One of my problems with the long audaxes is my need for sleep. Just been reading that giraffes only need 30 mins a day and dolphins sleep one side of the brain at a time. I need some of that.

How good are you at managing sleep deprivation on an audax?


----------



## ColinJ (13 Jul 2021)

Ming the Merciless said:


> How good are you at managing sleep deprivation on an audax?


The longest audax rides that I have done are only just over 200 km. I'm okay when riding that kind of distance; the problems start when I stop... 

I almost accidentally killed myself on Saturday night after doing 163 km on my forum ride. I was eating a large pizza and watching the Tour de France highlights when I dozed off mid-slice. I came very close to choking myself to death! 

I reckon if riding anything over 300 km without sleep I would be a danger to myself and to other road users...


----------



## rogerzilla (13 Jul 2021)

Giraffes would be rubbish at triathlon, though. Only apes and giraffes lack the natural ability to swim. We can be taught, but giraffes can't.


----------



## Ming the Merciless (13 Jul 2021)

rogerzilla said:


> Giraffes would be rubbish at triathlon, though. Only apes and giraffes lack the natural ability to swim. We can be taught, but giraffes can't.



We could have a thread on animals and past times and sports.


----------



## Ian H (13 Jul 2021)

I have ridden 600s straight through, but I prefer to get a good night's sleep in the middle. Generally I won't want to sleep until the small hours, so there's no point in stopping until then. 20mins shut-eye is a good reviver.


----------



## Seevio (14 Jul 2021)

rogerzilla said:


> Giraffes would be rubbish at triathlon, though. Only apes and giraffes lack the natural ability to swim. We can be taught, but giraffes can't.


Unless the water is very deep, giraffes don't need to swim...


----------



## Dogtrousers (14 Jul 2021)

Seevio said:


> Unless the water is very deep, giraffes don't need to swim...


But first they have to get over their fear of crocodiles


----------



## Ridgeway (14 Jul 2021)

Swifts would be better, they could cat-nap on descents and participate in audaxes for several months

They would even have the advantage that they could eat the insects that usually bother us cyclists


----------



## matticus (14 Jul 2021)

I'd like to see a Giraffe get any kip in a bus shelter. Eh, eh?


----------



## MichaelW2 (14 Jul 2021)

rogerzilla said:


> Giraffes would be rubbish at triathlon, though. Only apes and giraffes lack the natural ability to swim. We can be taught, but giraffes can't.


Hold my beer...


----------



## ColinJ (14 Jul 2021)

Dogtrousers said:


> If I get a train home I often stand up to ensure I don't miss my stop. Sitting down would just be inviting oblivion.

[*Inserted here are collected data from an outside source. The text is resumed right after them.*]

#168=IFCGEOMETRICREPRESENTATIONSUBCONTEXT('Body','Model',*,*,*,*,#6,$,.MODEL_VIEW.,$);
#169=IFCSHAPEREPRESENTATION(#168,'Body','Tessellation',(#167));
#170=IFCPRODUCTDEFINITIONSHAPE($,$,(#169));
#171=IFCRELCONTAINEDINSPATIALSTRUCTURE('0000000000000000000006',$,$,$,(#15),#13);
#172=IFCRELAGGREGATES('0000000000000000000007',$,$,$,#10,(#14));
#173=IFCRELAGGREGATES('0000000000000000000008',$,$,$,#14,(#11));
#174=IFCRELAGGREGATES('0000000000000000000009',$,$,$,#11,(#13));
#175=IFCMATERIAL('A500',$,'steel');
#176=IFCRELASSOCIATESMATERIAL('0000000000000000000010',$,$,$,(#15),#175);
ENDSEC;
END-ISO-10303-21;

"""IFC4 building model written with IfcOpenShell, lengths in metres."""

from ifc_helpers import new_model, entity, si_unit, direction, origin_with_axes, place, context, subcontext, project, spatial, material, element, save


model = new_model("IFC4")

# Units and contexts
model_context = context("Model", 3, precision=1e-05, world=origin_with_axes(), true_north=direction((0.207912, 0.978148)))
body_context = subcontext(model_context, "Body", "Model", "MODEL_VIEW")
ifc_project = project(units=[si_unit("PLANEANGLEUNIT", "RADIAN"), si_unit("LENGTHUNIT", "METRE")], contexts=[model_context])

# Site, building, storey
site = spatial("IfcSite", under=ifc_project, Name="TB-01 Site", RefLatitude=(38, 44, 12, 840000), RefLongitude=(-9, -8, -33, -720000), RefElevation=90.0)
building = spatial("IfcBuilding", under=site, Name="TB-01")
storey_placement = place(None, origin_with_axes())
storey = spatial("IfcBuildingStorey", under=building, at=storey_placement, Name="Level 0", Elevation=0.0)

That is a worry for me too! 

I am organising a ride from York to the Humber Bridge again this year. I will have to get up at 05:00 and spend over 2 hours on trains getting there. Not too bad if I doze off on the way there because the train terminates at York. Doing it on the way back would be a different matter though... I could end up at Manchester or Blackpool late at night!


----------



## MichaelW2 (14 Jul 2021)

Google maps directions can be setup with a push notification alarm when you are approaching your station.


----------



## T4tomo (14 Jul 2021)

MichaelW2 said:


> Google maps directions can be setup with a push notification alarm when you are approaching your station.


I wish I knew that when I working in London and boozing after work!


----------



## matticus (14 Jul 2021)

The low-tech solution that us luddites use is to set your watch alarm for the ETA at that station.


----------



## ColinJ (14 Jul 2021)

A colleague got sent down to London to repair some very expensive equipment. He was extremely tired coming back to West Yorkshire and dozed off on the train. Several months later, the company MD took out a portable cassette player at the works Christmas do to play us an extremely grumpy voicemail...

"_Hi. This is xxx... I'm standing on the platform of a God-forsaken platform at some crappy station in the middle of nowhere. There is no shelter, it is pouring with rain. I'm cold, wet, tired, hungry, thirsty and bloody peed off. I AM TAKING THE DAY OFF - SEE YOU TOMORROW!!!!!!!!!!!!!!!_"



This has reminded me that I must set an alarm on my phone before I leave York after the ride!


----------